Take tariffs. As Jayadeep explains, “Trade policies can shift overnight—and that has a ripple effect on costs, supply chains, and consumer behavior.” AI models can integrate signals like currency fluctuations, supplier lead times, and tariff rates to help retailers simulate scenarios: Should we raise prices? Absorb costs? Pre-purchase inventory? “You can run what-if simulations across thousands of SKUs in seconds.”
He’s also watching the rise of reasoning models like DeepSeek—next-gen AI systems capable of ingesting unstructured data and generating strategic insights. “These models won’t just optimize—they’ll support planning,” he says. “Imagine combining customer analytics, supply chain metrics, and macro trends into one pricing decision engine.
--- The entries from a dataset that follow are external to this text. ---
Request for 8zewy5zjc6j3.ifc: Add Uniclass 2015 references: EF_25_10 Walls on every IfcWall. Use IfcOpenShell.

First a look at what the model holds.

```python
import ifcopenshell

model = ifcopenshell.open("8zewy5zjc6j3.ifc")
print(model.schema)
print("classifications:", [c.Name for c in model.by_type("IfcClassification")])
for ifc_class in ("IfcDoor", "IfcRoof", "IfcStair", "IfcWall", "IfcWindow"):
    print(ifc_class, len(model.by_type(ifc_class)))
```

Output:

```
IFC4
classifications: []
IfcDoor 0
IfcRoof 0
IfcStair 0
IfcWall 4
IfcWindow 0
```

```python
import ifcopenshell
import ifcopenshell.api.classification

model = ifcopenshell.open("8zewy5zjc6j3.ifc")

system = ifcopenshell.api.classification.add_classification(model, classification="Uniclass 2015")

codes = {
    "IfcWall": ("EF_25_10", "Walls"),
}
for ifc_class, (code, name) in codes.items():
    products = model.by_type(ifc_class)
    ifcopenshell.api.classification.add_reference(
        model, products=products, classification=system, identification=code, name=name
    )
    print(code, len(products))

model.write("8zewy5zjc6j3_updated.ifc")
```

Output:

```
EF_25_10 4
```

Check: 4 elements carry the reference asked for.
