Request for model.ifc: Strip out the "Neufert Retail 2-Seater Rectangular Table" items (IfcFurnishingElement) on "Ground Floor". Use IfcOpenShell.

First a look at what the model holds.

```python
import ifcopenshell
import ifcopenshell.util.element

model = ifcopenshell.open("model.ifc")
print(model.schema)
storey = next(s for s in model.by_type("IfcBuildingStorey") if s.Name == "Ground Floor")
furniture = [e for e in ifcopenshell.util.element.get_decomposition(storey) if e.is_a("IfcFurnishingElement")]
seen = {}
for e in furniture:
    element_type = ifcopenshell.util.element.get_type(e)
    name = element_type.Name if element_type not in (None, e) else None
    seen[name] = seen.get(name, 0) + 1
for name, count in sorted(seen.items(), key=str):
    print(count, "x", name)
```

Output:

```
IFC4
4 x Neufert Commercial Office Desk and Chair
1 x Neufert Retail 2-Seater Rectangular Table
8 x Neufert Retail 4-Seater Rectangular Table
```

```python
import ifcopenshell
import ifcopenshell.api.root
import ifcopenshell.util.element

model = ifcopenshell.open("model.ifc")

storey = next(s for s in model.by_type("IfcBuildingStorey") if s.Name == "Ground Floor")
furniture = [e for e in ifcopenshell.util.element.get_decomposition(storey) if e.is_a("IfcFurnishingElement")]
targets = [e for e in furniture if (t := ifcopenshell.util.element.get_type(e)) not in (None, e) and t.Name == "Neufert Retail 2-Seater Rectangular Table"]

for e in targets:
    ifcopenshell.api.root.remove_product(model, product=e)
print(len(targets), "removed")

model.write("model_v2.ifc")
```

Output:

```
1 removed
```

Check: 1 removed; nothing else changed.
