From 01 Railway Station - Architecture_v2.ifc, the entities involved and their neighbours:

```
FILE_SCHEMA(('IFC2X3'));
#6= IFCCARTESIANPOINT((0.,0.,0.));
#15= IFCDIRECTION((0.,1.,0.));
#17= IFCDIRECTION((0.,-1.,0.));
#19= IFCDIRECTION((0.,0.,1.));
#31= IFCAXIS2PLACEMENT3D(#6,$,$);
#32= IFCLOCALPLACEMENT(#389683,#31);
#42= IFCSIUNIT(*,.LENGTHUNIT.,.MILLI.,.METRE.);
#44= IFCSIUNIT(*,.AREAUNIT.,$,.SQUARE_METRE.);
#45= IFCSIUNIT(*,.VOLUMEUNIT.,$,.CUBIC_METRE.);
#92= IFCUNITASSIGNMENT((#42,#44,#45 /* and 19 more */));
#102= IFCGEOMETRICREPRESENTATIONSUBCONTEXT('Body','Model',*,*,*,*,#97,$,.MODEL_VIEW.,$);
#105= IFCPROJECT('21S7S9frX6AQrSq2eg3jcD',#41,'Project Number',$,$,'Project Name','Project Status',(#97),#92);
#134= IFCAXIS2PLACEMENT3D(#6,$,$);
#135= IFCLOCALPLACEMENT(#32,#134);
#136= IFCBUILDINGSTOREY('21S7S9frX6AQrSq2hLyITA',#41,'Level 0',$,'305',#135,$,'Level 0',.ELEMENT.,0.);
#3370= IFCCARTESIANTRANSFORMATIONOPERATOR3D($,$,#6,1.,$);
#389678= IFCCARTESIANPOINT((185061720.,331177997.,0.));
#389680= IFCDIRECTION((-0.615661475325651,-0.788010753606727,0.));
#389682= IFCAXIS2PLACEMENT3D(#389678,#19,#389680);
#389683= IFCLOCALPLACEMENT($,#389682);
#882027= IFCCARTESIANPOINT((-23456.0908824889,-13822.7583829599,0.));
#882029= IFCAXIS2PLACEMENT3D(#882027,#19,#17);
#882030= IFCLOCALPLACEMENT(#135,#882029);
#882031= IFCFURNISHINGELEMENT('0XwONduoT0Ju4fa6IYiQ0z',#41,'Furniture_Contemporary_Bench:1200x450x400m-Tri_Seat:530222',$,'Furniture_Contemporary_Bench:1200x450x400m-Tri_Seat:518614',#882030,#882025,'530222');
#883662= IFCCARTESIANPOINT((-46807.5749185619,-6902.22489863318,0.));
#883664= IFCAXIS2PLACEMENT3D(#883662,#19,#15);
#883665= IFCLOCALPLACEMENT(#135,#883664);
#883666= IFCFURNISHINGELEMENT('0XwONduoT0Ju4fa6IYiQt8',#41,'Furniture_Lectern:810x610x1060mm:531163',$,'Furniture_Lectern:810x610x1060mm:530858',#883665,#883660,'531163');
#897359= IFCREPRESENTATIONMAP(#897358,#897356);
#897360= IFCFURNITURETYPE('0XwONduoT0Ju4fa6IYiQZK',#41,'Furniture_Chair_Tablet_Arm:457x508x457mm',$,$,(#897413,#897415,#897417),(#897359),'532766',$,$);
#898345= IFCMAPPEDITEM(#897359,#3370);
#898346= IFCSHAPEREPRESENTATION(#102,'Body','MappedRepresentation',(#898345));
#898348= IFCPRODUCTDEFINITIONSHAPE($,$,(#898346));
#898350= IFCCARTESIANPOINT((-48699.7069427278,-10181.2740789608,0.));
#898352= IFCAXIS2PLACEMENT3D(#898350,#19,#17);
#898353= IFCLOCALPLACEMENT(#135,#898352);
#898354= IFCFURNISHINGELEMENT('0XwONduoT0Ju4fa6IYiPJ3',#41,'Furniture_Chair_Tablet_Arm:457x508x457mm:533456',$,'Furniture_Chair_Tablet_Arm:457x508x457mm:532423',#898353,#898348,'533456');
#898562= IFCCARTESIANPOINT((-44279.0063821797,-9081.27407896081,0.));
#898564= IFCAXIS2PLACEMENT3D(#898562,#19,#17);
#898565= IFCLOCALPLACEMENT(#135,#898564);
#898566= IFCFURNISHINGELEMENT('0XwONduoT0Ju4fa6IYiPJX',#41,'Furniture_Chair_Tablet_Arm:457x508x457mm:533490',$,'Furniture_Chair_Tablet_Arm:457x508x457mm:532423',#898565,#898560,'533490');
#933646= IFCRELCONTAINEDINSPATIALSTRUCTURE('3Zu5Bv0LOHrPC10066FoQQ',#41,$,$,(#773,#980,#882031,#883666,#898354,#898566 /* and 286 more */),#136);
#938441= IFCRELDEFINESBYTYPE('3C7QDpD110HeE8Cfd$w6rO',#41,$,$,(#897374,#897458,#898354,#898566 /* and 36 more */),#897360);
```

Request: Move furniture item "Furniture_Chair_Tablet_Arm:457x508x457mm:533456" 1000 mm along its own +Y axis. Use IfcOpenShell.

```python
import ifcopenshell
import ifcopenshell.api.geometry
import ifcopenshell.util.placement

model = ifcopenshell.open("01 Railway Station - Architecture_v2.ifc")

item = model.by_guid("0XwONduoT0Ju4fa6IYiPJ3")
matrix = ifcopenshell.util.placement.get_local_placement(item.ObjectPlacement)
matrix[:3, 3] += matrix[:3, 1] * 1000.0
ifcopenshell.api.geometry.edit_object_placement(model, product=item, matrix=matrix, is_si=False)

print(ifcopenshell.util.placement.get_local_placement(item.ObjectPlacement).round(3) + 0.0)

model.write("01 Railway Station - Architecture_v2_v2.ifc")
```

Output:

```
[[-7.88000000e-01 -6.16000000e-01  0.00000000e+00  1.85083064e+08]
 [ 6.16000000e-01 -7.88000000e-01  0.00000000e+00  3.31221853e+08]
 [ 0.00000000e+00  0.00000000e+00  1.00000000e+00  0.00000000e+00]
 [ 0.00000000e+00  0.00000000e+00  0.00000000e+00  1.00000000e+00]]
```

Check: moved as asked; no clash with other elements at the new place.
That’s where we’re heading.”
Still, he stresses the role of human oversight. “AI can handle the predictable parts of your business. Humans should focus on the unpredictable—and on setting the goals that matter.”
Recommended resources
For pricing professionals and data leaders eager to keep learning, Jayadeep suggests following engineering blogs from companies leading the way in applied machine learning. “DoorDash, Uber, Netflix, LinkedIn—these teams share what it really takes to build, scale, and manage ML systems in production,” he says. “It’s not just theory. It’s practice.”